Published in Mobiles

Ballmer: I would do Windows phone differently now

by on12 April 2017


Regrets, I’ve had a few

The shy and retiring, softly spoken and delightfully understated former Microsoft CEO, Steve Ballmer, has been talking to Bloomberg about Microsoft’s failed move into mobile.

Steve “I never threw a chair at anyone” Ballmer shared his wisdom on the move to mobile telling anyone who still had an inner ear that with hindsight he would have done things differently now.

“I would have moved into the hardware business faster and recognized that what we had with the PC that there was a separation. [Our] chips, systems, and software [success], wasn’t largely going to reproduce itself in the mobile world,” Ballmer said.

He said that Apple did one thing better which he had not thought of – the model of subsidizing phones through the operators.

“People like to point to this quote where I said iPhones will never sell. It was because the prices, $600-700, were too high. It was because of business model innovation by Apple to essentially get it built into the monthly mobile phone bill.”

Ballmer added that one of the things that did for Microsoft’s mobile plans was the troubled launch of Vista.

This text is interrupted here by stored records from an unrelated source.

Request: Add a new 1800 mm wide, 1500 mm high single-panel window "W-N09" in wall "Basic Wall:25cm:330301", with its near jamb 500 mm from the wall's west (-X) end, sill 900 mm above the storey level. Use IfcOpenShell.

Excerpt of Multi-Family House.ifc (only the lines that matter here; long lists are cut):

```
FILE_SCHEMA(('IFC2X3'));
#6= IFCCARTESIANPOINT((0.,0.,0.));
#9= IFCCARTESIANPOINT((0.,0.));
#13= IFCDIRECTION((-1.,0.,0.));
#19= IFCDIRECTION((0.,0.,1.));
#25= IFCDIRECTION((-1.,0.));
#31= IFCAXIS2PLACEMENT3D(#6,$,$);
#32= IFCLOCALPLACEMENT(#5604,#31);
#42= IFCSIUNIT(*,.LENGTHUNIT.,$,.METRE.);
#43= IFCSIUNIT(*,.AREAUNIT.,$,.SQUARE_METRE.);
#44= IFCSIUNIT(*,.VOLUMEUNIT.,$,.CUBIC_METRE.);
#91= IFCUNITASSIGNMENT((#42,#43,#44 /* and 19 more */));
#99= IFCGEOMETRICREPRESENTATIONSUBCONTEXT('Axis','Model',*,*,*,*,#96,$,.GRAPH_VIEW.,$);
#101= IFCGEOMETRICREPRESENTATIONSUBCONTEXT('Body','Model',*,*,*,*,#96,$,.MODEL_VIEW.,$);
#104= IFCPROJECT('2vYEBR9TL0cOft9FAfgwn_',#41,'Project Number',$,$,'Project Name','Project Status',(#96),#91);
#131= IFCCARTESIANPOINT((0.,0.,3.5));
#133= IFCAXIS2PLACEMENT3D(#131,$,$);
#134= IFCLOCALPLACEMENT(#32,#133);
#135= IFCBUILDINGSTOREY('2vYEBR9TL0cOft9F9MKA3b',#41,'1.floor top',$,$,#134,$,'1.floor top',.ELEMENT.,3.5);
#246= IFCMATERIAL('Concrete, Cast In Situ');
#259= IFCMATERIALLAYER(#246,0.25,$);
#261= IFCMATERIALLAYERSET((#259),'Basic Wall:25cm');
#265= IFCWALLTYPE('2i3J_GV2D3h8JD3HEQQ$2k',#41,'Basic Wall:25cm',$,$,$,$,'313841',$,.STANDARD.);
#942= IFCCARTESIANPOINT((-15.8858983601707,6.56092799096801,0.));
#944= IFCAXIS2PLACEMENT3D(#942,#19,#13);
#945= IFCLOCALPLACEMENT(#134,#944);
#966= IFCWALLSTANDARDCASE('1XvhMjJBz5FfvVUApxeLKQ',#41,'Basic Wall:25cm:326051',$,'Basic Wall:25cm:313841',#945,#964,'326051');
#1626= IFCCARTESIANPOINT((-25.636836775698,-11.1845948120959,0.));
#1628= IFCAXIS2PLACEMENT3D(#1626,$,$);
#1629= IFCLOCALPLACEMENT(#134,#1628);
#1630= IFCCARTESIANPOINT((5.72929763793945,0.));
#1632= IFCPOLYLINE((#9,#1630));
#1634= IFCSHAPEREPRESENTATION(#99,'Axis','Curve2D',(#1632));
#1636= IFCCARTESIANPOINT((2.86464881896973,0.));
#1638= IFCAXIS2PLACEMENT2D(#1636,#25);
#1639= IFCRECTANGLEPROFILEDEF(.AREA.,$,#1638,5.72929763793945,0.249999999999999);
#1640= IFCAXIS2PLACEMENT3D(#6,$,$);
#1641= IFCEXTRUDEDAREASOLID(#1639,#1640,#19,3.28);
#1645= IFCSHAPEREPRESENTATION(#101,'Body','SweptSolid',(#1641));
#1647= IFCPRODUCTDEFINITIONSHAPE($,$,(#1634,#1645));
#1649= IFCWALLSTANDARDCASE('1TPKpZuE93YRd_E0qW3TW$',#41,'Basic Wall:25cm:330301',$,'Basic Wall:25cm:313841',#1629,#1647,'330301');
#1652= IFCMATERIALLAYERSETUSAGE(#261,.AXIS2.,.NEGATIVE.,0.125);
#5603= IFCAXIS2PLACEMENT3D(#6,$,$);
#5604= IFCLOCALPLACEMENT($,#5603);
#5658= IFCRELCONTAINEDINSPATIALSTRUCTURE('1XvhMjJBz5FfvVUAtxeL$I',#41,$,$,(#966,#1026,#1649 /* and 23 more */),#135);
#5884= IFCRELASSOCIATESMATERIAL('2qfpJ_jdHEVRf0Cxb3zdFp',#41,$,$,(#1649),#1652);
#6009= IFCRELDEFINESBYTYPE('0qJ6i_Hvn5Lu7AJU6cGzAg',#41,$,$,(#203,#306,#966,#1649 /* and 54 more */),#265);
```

```python
import numpy as np
import ifcopenshell
import ifcopenshell.api.feature
import ifcopenshell.api.geometry
import ifcopenshell.api.root
import ifcopenshell.api.spatial
import ifcopenshell.api.type
import ifcopenshell.geom
import ifcopenshell.util.element
import ifcopenshell.util.placement
import ifcopenshell.util.representation
import ifcopenshell.util.shape
import ifcopenshell.util.unit

model = ifcopenshell.open("Multi-Family House.ifc")
unit_scale = ifcopenshell.util.unit.calculate_unit_scale(model)
settings = ifcopenshell.geom.settings()


def volume(element):
    """Net volume in cubic metres, openings subtracted."""
    shape = ifcopenshell.geom.create_shape(settings, element)
    return ifcopenshell.util.shape.get_volume(shape.geometry)


wall = model.by_guid("1TPKpZuE93YRd_E0qW3TW$")
storey = ifcopenshell.util.element.get_container(wall, ifc_class="IfcBuildingStorey")
context = ifcopenshell.util.representation.get_context(model, "Model", "Body", "MODEL_VIEW")
before = volume(wall)

width, height, from_end, sill = 1.8, 1.5, 0.5, 0.9  # metres

# The wall runs along its own X axis, and the end named is its -X end.
wall_shape = ifcopenshell.geom.create_shape(settings, wall)
x, y, z = ifcopenshell.util.shape.get_vertices(wall_shape.geometry).T
start = x.min() + from_end
face, thickness = float(y.min()), float(y.max() - y.min())
wall_matrix = ifcopenshell.util.placement.get_local_placement(wall.ObjectPlacement)
level = ifcopenshell.util.placement.get_local_placement(storey.ObjectPlacement)[2, 3]


def in_wall(x, y):
    """Placement at x, y metres in the wall's axes, at sill height."""
    matrix = wall_matrix.copy()
    matrix[:, 3] = wall_matrix @ np.array([x / unit_scale, y / unit_scale, 0.0, 1.0])
    matrix[2, 3] = level + sill / unit_scale
    return matrix


# Opening: a box that overshoots both wall faces by 50 mm.
opening = ifcopenshell.api.root.create_entity(model, ifc_class="IfcOpeningElement")
box = ifcopenshell.api.geometry.add_wall_representation(
    model, context=context, length=width, height=height, thickness=thickness + 0.1
)
ifcopenshell.api.geometry.assign_representation(model, product=opening, representation=box)
ifcopenshell.api.geometry.edit_object_placement(model, product=opening, matrix=in_wall(start, face - 0.05), is_si=False)
ifcopenshell.api.feature.add_feature(model, feature=opening, element=wall)

window = ifcopenshell.api.root.create_entity(model, ifc_class="IfcWindow", name="W-N09")
window.OverallWidth, window.OverallHeight = width / unit_scale, height / unit_scale
body = ifcopenshell.api.geometry.add_window_representation(
    model,
    context=context,
    overall_width=window.OverallWidth,
    overall_height=window.OverallHeight,
    partition_type="SINGLE_PANEL",
)
ifcopenshell.api.geometry.assign_representation(model, product=window, representation=body)
ifcopenshell.api.spatial.assign_container(model, products=[window], relating_structure=storey)
fills = ifcopenshell.api.feature.add_filling(model, opening=opening, element=window)
fills.OwnerHistory = window.OwnerHistory  # required in IFC2X3

# IFC2X3 keeps the operation on the window style.
style = ifcopenshell.api.root.create_entity(model, ifc_class="IfcWindowStyle", name="W-N09")
style.OperationType, style.ConstructionType = "SINGLE_PANEL", "NOTDEFINED"
style.ParameterTakesPrecedence = style.Sizeable = False
ifcopenshell.api.type.assign_type(model, related_objects=[window], relating_type=style)

# Centre the window in the wall's thickness.
ifcopenshell.api.geometry.edit_object_placement(model, product=window, matrix=in_wall(start, face), is_si=False)
window_shape = ifcopenshell.geom.create_shape(settings, window)
depth = ifcopenshell.util.shape.get_vertices(window_shape.geometry)[:, 1]
offset = face + thickness / 2 - (depth.min() + depth.max()) / 2
ifcopenshell.api.geometry.edit_object_placement(model, product=window, matrix=in_wall(start, offset), is_si=False)

after = volume(wall)

print(f"wall volume {before:.3f} -> {after:.3f} m3")

model.write("Multi-Family House_rev.ifc")
```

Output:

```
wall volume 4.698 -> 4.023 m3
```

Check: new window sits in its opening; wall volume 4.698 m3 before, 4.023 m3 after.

“We should have been in the hardware business sooner in the phone case and we were still suffering some of the effects of our Vista release of Windows which sucked up a huge amount of resources for a much longer period of time than it should have because we stumbled over it,” Balmer states.

Ballmer said that the move to buy Nokia was agreed by the board even though he had decided to leave.

“If executed in the certain way, I think it made a lot of sense. The company chose to go in another direction and that’s the decision the company made.”